The pattern of responses by contemporary case study participants revealed historical consistency in professional factionalism, the relationship between accreditation, licensure and certification
Unlike medicine and law that used boards of peers to maintain standards for the field, education experienced persistent issues that consistently inhibited the development of teaching as a profession. Since the late nineteenth century, professional factiousness lowered the status of education, resulting in attrition and difficulties in recruitment. With recurring teacher shortages, standards were frequently lowered and professionalizing issues of accreditation, licensure and certification were negatively affected. To arrest the downward cycle of status and quality, the consistent solution on the part of those arguing for greater teacher regulation, and those arguing for more professional autonomy, was the establishment of a governing board comprised of representatives from the field.
In 1995, the Oklahoma legislature established the Oklahoma Commission for Teacher Preparation (OCTP) to improve education by upgrading standards for teachers. By 2000, forty-three states maintained similar independent, semi-independent, or advisory standards boards designed to oversee various aspects of professionalism, including licensure and certification of teacher candidates, professional development of in-service teachers, and oversight of teacher preparation programs.
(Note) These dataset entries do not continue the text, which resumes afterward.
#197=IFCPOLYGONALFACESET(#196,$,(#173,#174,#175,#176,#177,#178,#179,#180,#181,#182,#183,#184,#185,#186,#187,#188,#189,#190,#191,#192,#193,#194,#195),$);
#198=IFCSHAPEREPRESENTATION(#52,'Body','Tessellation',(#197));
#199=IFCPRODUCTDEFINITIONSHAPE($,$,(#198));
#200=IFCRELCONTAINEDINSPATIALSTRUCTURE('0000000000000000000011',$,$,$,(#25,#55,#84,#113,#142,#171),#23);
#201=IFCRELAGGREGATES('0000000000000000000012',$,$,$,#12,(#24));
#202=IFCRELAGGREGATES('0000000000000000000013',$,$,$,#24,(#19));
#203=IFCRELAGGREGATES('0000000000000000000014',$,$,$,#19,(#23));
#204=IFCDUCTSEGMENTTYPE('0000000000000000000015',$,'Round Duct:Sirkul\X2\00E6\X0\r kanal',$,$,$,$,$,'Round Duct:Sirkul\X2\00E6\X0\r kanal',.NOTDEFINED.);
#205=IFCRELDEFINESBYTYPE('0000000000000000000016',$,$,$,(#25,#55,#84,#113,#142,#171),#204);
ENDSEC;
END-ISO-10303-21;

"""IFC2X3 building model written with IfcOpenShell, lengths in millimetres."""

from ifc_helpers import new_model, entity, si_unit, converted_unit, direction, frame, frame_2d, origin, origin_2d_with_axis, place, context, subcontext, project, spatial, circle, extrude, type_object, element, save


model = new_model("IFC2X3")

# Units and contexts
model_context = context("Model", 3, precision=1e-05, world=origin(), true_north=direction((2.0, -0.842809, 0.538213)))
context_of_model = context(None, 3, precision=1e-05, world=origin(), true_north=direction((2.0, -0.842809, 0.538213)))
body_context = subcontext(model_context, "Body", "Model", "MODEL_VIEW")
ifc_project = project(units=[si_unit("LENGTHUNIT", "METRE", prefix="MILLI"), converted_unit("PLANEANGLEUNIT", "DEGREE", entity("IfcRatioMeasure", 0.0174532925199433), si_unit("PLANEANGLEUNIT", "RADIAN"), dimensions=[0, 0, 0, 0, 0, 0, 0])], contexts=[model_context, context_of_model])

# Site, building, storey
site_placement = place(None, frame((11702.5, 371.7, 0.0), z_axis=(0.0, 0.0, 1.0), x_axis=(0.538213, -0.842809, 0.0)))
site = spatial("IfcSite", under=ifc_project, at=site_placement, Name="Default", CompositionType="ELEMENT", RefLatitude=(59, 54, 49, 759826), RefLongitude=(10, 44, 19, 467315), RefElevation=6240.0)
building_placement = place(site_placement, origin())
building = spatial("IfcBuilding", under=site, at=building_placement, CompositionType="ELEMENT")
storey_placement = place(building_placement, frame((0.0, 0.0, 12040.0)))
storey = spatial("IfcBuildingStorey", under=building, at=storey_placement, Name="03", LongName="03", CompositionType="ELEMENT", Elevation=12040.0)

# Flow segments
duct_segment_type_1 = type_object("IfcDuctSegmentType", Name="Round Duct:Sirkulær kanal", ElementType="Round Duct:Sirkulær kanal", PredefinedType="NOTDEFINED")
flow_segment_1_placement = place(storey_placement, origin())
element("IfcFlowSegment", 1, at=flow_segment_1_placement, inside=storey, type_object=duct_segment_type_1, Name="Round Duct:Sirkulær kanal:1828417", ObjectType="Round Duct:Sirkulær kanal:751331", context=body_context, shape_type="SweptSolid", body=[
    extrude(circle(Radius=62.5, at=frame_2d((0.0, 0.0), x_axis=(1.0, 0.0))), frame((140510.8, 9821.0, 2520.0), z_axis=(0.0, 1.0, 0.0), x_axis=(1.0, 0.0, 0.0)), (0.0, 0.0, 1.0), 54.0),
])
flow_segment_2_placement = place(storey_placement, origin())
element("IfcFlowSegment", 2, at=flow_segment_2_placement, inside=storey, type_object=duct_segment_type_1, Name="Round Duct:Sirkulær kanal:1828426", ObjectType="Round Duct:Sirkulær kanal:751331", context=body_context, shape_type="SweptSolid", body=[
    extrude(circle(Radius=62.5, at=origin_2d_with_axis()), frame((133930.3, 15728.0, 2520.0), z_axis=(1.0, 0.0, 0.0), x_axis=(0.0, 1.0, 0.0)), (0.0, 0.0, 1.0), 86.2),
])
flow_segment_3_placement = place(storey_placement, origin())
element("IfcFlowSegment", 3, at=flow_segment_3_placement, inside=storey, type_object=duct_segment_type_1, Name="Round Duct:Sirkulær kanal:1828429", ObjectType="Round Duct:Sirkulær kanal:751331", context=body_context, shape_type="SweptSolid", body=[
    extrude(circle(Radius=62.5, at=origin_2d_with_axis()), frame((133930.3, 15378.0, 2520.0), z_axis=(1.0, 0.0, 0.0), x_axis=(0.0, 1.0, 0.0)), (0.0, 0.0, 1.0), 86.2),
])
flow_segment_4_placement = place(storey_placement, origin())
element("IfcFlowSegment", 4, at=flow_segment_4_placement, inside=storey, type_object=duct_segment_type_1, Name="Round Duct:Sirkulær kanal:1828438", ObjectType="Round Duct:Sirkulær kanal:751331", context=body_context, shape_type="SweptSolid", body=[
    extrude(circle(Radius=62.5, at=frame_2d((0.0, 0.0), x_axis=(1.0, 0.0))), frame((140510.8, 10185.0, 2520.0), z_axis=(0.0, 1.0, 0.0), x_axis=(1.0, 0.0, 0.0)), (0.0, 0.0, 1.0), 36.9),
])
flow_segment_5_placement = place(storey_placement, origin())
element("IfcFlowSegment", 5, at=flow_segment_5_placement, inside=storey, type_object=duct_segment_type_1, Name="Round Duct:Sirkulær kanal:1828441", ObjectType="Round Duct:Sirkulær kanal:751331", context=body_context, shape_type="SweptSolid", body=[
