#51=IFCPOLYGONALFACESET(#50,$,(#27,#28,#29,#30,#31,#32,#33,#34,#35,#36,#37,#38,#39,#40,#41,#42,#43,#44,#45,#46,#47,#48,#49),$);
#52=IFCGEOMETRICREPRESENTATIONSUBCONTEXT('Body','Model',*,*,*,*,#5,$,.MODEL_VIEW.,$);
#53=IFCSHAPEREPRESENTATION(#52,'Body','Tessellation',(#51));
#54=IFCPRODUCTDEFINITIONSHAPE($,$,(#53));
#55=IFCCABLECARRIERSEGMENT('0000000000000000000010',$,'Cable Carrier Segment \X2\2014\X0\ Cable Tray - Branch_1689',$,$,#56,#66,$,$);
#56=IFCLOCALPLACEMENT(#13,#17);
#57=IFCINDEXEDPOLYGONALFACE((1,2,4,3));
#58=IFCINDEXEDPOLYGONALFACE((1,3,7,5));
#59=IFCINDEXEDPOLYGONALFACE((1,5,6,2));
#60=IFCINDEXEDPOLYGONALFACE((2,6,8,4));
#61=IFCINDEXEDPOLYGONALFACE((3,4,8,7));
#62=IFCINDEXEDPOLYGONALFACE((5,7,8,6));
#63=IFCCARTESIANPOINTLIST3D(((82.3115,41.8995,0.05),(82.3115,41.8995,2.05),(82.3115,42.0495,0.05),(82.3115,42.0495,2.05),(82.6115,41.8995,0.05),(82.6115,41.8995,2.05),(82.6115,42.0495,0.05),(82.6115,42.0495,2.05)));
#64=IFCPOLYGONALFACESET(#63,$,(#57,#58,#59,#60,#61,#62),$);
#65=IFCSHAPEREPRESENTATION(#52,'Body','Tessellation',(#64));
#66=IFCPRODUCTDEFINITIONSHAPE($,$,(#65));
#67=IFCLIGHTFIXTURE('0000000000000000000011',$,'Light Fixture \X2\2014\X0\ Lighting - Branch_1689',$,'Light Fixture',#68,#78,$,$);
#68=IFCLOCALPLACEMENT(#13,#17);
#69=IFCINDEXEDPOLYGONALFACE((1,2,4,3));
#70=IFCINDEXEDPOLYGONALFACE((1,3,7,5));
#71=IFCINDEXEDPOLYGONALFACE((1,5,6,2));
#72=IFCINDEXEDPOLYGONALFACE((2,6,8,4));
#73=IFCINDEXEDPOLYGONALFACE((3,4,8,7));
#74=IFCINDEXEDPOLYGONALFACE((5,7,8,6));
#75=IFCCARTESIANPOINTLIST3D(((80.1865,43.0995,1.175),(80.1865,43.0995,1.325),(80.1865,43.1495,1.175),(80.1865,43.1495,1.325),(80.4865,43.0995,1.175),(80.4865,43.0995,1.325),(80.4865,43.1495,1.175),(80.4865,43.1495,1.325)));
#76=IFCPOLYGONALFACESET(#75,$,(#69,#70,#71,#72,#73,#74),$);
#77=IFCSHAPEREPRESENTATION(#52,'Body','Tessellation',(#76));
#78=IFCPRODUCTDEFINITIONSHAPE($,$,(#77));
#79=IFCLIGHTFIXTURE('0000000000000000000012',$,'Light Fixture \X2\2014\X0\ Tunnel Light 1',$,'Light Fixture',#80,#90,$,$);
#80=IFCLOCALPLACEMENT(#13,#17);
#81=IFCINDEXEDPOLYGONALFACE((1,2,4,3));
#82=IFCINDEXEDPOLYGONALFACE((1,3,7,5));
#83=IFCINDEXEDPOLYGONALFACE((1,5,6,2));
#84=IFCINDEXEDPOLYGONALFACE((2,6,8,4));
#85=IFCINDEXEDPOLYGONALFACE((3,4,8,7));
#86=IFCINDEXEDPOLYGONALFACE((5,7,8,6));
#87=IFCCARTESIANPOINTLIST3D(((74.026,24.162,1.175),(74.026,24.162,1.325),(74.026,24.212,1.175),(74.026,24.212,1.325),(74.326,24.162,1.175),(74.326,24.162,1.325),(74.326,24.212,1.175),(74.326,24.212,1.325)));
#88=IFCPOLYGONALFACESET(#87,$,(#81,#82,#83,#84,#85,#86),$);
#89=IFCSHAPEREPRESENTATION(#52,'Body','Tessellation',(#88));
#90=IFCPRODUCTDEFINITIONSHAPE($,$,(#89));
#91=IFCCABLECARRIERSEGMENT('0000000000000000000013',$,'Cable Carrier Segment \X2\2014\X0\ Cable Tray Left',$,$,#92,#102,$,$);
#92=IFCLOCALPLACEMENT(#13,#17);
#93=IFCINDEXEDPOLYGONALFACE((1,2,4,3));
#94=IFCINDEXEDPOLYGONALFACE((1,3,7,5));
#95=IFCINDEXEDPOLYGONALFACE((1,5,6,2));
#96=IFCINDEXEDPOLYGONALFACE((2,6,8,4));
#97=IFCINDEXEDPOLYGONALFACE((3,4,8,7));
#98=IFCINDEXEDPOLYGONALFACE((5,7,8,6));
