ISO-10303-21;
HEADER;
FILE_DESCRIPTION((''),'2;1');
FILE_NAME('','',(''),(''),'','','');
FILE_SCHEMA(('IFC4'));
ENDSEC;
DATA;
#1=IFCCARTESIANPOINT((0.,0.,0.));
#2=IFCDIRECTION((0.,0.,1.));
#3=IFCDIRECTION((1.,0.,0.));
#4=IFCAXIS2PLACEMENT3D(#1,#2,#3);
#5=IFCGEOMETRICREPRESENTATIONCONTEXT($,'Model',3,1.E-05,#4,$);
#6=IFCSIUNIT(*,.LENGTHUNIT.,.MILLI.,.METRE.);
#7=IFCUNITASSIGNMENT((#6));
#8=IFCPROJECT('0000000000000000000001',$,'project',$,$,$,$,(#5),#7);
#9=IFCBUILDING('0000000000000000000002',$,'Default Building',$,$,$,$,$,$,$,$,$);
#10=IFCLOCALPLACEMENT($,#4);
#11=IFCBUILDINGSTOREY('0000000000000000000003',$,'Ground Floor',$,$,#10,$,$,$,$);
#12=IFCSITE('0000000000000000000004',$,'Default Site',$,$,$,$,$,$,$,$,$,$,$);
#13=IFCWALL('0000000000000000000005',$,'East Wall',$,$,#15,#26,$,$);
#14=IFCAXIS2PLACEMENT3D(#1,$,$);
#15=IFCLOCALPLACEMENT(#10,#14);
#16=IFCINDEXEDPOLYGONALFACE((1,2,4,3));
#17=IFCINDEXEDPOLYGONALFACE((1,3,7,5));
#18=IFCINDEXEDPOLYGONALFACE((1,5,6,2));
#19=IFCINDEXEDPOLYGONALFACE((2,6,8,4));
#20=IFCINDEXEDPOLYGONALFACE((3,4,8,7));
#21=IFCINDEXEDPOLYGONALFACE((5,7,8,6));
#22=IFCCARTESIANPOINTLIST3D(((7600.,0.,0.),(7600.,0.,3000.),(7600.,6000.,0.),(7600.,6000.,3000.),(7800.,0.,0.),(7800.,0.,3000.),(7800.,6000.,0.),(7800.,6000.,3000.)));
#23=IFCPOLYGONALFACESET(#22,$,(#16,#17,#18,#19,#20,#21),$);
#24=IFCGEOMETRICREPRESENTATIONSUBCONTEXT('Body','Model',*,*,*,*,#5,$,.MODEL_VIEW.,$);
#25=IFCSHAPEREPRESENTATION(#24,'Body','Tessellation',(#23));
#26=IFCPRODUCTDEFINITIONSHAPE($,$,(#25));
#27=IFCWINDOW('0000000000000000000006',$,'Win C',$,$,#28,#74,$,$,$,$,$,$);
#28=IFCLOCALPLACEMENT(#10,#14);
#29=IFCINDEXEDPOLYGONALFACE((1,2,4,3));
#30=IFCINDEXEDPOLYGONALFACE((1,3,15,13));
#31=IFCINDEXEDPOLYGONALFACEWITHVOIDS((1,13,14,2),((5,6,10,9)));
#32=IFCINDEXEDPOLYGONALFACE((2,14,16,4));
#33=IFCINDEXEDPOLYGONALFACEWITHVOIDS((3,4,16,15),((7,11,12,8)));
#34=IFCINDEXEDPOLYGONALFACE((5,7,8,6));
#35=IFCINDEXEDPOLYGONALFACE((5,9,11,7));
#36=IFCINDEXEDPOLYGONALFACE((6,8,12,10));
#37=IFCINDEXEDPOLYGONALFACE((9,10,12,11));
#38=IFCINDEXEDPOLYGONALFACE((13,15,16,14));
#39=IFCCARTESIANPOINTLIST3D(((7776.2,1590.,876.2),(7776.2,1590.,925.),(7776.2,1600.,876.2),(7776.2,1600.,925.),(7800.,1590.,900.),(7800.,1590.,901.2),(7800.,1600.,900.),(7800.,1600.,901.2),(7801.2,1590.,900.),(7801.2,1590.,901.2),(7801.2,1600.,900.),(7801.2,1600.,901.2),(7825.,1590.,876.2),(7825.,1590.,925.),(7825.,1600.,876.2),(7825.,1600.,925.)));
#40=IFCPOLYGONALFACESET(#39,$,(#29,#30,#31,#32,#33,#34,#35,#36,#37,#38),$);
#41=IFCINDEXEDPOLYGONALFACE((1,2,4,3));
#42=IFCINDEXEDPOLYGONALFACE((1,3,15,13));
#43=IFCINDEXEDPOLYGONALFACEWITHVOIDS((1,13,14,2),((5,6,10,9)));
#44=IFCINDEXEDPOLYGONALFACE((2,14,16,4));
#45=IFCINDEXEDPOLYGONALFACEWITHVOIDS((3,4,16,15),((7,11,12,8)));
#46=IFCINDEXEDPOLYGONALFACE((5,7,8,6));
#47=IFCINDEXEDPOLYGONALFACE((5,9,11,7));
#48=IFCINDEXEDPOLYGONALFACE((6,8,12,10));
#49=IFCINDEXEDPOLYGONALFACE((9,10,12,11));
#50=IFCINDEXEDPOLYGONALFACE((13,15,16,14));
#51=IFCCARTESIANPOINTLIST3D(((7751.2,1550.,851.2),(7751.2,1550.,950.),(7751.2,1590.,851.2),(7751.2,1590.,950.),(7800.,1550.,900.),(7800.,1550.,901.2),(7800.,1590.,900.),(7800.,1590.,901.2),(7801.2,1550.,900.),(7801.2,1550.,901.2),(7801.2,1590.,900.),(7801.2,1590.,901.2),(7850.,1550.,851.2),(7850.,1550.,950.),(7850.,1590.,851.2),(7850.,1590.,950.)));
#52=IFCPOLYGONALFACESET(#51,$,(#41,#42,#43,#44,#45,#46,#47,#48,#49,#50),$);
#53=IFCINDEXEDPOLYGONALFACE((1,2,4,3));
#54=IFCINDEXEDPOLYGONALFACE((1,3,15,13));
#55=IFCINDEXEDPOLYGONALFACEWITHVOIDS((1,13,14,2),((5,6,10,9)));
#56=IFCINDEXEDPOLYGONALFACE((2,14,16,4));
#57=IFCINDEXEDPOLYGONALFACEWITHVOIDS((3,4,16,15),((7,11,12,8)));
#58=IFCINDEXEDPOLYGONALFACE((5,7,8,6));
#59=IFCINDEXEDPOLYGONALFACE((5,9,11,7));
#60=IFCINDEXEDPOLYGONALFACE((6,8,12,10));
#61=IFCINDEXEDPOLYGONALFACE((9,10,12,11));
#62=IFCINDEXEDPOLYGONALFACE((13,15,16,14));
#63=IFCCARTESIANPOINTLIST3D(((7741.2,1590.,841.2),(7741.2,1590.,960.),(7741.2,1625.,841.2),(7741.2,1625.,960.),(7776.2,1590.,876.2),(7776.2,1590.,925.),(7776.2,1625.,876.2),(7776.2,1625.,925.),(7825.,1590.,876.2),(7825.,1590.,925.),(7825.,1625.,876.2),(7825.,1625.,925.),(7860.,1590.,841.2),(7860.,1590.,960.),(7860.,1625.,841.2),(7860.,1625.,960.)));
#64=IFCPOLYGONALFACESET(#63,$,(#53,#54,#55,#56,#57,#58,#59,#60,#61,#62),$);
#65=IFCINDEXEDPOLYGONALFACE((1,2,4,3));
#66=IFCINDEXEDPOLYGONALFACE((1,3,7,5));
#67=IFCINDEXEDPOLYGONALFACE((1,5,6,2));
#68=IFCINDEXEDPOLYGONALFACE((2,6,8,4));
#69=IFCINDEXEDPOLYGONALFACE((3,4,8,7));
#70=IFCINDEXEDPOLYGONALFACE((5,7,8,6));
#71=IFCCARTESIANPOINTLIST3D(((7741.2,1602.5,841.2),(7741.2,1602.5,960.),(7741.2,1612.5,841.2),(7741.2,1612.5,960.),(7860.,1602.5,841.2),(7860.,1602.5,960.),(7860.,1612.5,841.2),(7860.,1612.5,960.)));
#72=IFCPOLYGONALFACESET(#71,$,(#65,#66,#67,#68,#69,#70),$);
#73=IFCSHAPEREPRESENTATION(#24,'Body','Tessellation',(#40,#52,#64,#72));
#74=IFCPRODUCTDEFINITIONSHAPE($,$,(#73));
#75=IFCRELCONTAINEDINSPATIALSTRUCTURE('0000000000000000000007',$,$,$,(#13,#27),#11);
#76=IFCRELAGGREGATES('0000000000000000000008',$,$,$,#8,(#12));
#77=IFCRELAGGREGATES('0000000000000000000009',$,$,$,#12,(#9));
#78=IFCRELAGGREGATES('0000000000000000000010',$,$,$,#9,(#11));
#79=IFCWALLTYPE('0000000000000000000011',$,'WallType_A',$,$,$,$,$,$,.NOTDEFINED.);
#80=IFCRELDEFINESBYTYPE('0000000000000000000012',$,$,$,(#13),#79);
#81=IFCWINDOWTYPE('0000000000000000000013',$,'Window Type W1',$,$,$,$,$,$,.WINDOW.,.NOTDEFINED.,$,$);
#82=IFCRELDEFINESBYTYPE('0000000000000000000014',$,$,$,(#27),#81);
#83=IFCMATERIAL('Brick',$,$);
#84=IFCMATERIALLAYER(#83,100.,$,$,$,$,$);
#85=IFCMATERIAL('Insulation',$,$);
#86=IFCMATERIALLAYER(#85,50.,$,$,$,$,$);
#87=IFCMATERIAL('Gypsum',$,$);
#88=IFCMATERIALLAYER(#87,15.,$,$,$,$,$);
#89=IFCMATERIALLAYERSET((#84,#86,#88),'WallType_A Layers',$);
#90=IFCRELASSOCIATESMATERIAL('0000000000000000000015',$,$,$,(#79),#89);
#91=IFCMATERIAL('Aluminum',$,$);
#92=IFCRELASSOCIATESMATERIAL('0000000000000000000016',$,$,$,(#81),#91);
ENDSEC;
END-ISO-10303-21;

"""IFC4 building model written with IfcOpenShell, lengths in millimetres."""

from ifc_helpers import new_model, si_unit, frame, origin_with_axes, place, context, subcontext, project, spatial, line, indexed_curve, outline, extrude, material, layer, layer_set, type_object, element, fill, save


model = new_model("IFC4")

# Units and contexts
model_context = context("Model", 3, precision=1e-05, world=origin_with_axes())
body_context = subcontext(model_context, "Body", "Model", "MODEL_VIEW")
ifc_project = project(units=[si_unit("LENGTHUNIT", "METRE", prefix="MILLI")], contexts=[model_context])

# Site, building, storey
site = spatial("IfcSite", under=ifc_project, Name="Default Site")
building = spatial("IfcBuilding", under=site, Name="Default Building")
storey_placement = place(None, origin_with_axes())
storey = spatial("IfcBuildingStorey", under=building, at=storey_placement, Name="Ground Floor")

# Shared definitions
ifc_material_1 = material(Name="Brick")
ifc_layer_1 = layer(ifc_material_1, 100.0)
ifc_material_2 = material(Name="Insulation")
ifc_layer_2 = layer(ifc_material_2, 50.0)
ifc_material_3 = material(Name="Gypsum")
ifc_layer_3 = layer(ifc_material_3, 15.0)
ifc_layer_set_1 = layer_set([ifc_layer_1, ifc_layer_2, ifc_layer_3], Name="WallType_A Layers")
wall_type_1 = type_object("IfcWallType", Name="WallType_A", PredefinedType="NOTDEFINED", material=ifc_layer_set_1)

# Wall, opening, window
wall_1_placement = place(storey_placement, origin_with_axes())
wall_1 = element("IfcWall", 1, at=wall_1_placement, inside=storey, type_object=wall_type_1, Name="East Wall", context=body_context, shape_type="SweptSolid", body=[
    extrude(outline(indexed_curve([(7800.0, 0.0), (7800.0, 6000.0), (7600.0, 6000.0), (7600.0, 0.0), (7800.0, 0.0)])), None, (0.0, 0.0, 1.0), 3000.0),
])
opening_1_placement = place(wall_1_placement, frame((0.0, 0.0, 900.0), z_axis=(0.0, 0.0, 1.0), x_axis=(1.0, 0.0, 0.0)))
opening_1 = element("IfcOpeningElement", 2, at=opening_1_placement, cuts=wall_1, context=body_context, shape_type="SweptSolid", body=[
    extrude(outline(indexed_curve([(7800.0, 1500.0), (9000.0, 1500.0), (9000.0, 1700.0), (7800.0, 1700.0), (7800.0, 1500.0)])), None, (0.0, 0.0, 1.0), 1200.0),
])
ifc_material_4 = material(Name="Aluminum")
window_type_1 = type_object("IfcWindowType", Name="Window Type W1", PartitioningType="NOTDEFINED", PredefinedType="WINDOW", material=ifc_material_4)
window_1_placement = place(storey_placement, frame((7800.0, 1500.0, 900.0), z_axis=(0.0, 0.0, 1.0), x_axis=(1.0, 0.0, 0.0)))
window_1 = element("IfcWindow", 3, at=window_1_placement, inside=storey, type_object=window_type_1, Name="Win C", context=body_context, shape_type="SweptSolid", body=[
    extrude(outline(indexed_curve([(0.0, 0.0), (1.2, 0.0), (1.2, 1.2), (0.0, 1.2)], segments=[line(1, 2, 3, 4, 1)]), holes=[indexed_curve([(25.0, 25.0), (-23.8, 25.0), (-23.8, -23.8), (25.0, -23.8)], segments=[line(1, 2, 3, 4, 1)])]), frame((0.0, 90.0, 0.0), z_axis=(0.0, -1.0, 0.0), x_axis=(1.0, 0.0, 0.0)), (0.0, 0.0, -1.0), 10.0),
    extrude(outline(indexed_curve([(0.0, 0.0), (1.2, 0.0), (1.2, 1.2), (0.0, 1.2)], segments=[line(1, 2, 3, 4, 1)]), holes=[indexed_curve([(50.0, 50.0), (-48.8, 50.0), (-48.8, -48.8), (50.0, -48.8)], segments=[line(1, 2, 3, 4, 1)])]), frame((0.0, 50.0, 0.0), z_axis=(0.0, -1.0, 0.0), x_axis=(1.0, 0.0, 0.0)), (0.0, 0.0, -1.0), 40.0),
    extrude(outline(indexed_curve([(0.0, 0.0), (-48.8, 0.0), (-48.8, -48.8), (0.0, -48.8)], segments=[line(1, 2, 3, 4, 1)]), holes=[indexed_curve([(35.0, 35.0), (-83.8, 35.0), (-83.8, -83.8), (35.0, -83.8)], segments=[line(1, 2, 3, 4, 1)])]), frame((25.0, 90.0, 25.0), z_axis=(0.0, -1.0, 0.0), x_axis=(1.0, 0.0, 0.0)), (0.0, 0.0, -1.0), 35.0),
    extrude(outline(indexed_curve([(35.0, 35.0), (-83.8, 35.0), (-83.8, -83.8), (35.0, -83.8)], segments=[line(1, 2, 3, 4, 1)])), frame((25.0, 102.5, 25.0), z_axis=(0.0, -1.0, 0.0), x_axis=(1.0, 0.0, 0.0)), (0.0, 0.0, -1.0), 10.0),
])
fill(opening_1, window_1)

save(model, "model.ifc")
The first part of this study analyzes the historical conditions that led to similar uses of regulatory boards of educators to professionalize teaching. The issues surrounding OCTP as a professionalizing board have been contextualized using Foucault's method of genealogy. Early nineteenth to late twentieth century commissioned reports and task force findings were "unearthed" and examined for evidence of the previous utilization of teacher's boards comparable to regulatory boards for other fields such as medicine (AMA) and law (ABA).